Using the entries that follow, write out the line containing "# Building element proxies", the line containing "frame((0.0, -14135.0, 3082.0)))", and every line between them, exactly and nothing else.

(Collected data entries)
──────────────────────────────

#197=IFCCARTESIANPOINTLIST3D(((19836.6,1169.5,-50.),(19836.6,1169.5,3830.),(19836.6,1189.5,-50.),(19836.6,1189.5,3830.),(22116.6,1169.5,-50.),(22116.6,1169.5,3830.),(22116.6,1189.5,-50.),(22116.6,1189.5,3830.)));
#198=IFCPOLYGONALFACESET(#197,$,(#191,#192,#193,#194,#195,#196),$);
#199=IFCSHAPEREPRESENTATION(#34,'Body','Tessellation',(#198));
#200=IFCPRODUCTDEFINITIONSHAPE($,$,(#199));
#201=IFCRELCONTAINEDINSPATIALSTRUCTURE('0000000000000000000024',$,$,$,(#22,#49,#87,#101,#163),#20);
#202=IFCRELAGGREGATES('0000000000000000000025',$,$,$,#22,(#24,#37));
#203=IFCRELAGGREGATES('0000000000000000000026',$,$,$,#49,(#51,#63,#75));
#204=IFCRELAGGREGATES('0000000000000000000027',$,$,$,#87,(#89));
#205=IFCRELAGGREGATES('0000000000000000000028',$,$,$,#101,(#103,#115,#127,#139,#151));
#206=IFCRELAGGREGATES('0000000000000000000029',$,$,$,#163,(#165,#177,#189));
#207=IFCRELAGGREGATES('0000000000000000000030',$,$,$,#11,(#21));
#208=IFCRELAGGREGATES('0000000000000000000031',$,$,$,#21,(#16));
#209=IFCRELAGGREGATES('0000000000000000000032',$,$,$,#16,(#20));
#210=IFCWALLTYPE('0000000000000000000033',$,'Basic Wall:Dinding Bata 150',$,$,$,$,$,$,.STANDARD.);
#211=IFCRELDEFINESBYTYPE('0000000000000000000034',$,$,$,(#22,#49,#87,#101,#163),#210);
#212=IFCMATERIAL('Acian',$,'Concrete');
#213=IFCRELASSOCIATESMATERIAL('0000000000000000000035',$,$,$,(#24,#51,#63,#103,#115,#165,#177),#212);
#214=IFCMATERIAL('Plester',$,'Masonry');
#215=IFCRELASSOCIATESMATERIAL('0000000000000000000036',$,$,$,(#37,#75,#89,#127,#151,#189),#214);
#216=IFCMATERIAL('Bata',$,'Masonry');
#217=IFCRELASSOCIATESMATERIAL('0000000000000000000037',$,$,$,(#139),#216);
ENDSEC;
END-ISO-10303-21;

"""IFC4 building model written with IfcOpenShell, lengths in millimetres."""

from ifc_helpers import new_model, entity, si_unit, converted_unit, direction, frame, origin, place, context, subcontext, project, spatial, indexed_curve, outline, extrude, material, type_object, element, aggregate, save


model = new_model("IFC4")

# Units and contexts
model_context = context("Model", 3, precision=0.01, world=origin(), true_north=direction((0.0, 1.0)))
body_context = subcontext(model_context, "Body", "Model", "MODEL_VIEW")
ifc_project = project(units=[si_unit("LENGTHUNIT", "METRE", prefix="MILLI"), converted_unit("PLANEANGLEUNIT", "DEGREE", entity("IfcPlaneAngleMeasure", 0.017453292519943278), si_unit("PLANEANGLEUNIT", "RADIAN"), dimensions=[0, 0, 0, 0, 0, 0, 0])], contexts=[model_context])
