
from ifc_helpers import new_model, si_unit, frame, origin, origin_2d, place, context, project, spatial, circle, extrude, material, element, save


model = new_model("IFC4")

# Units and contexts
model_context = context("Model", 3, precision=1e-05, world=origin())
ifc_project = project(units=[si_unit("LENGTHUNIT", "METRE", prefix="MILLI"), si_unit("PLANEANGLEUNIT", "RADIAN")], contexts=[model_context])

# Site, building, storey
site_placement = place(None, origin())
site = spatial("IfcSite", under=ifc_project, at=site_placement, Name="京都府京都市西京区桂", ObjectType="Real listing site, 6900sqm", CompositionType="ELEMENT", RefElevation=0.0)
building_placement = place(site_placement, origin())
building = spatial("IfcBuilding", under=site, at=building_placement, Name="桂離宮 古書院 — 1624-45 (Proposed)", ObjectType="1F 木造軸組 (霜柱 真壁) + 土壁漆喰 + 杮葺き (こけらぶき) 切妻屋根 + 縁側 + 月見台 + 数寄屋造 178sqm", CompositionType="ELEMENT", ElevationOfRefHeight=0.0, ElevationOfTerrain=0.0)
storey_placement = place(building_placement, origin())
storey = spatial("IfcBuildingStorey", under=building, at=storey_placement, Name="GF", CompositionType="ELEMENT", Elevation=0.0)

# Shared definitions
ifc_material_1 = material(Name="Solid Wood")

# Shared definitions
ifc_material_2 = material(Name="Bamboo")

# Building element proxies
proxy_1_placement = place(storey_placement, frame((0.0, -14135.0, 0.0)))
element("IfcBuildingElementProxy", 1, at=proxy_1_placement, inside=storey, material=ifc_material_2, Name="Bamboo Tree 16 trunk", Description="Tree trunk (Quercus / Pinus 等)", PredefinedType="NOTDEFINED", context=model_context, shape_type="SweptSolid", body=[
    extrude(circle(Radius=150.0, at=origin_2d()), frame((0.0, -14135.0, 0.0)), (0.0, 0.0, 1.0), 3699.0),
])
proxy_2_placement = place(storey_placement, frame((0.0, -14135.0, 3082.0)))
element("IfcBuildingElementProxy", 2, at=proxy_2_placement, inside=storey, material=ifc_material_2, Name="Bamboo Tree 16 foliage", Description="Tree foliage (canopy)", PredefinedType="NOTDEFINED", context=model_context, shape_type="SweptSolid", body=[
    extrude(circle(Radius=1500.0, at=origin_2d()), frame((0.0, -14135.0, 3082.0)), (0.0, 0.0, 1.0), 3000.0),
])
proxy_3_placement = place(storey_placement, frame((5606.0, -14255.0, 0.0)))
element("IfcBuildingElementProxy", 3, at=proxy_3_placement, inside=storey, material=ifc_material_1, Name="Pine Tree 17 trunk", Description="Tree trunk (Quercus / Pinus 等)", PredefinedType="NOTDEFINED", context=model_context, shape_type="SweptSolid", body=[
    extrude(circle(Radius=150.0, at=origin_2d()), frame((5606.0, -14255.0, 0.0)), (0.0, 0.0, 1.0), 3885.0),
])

──────────────────────────────

Exercise solution:
# Building element proxies
proxy_1_placement = place(storey_placement, frame((0.0, -14135.0, 0.0)))
element("IfcBuildingElementProxy", 1, at=proxy_1_placement, inside=storey, material=ifc_material_2, Name="Bamboo Tree 16 trunk", Description="Tree trunk (Quercus / Pinus 等)", PredefinedType="NOTDEFINED", context=model_context, shape_type="SweptSolid", body=[
    extrude(circle(Radius=150.0, at=origin_2d()), frame((0.0, -14135.0, 0.0)), (0.0, 0.0, 1.0), 3699.0),
])
proxy_2_placement = place(storey_placement, frame((0.0, -14135.0, 3082.0)))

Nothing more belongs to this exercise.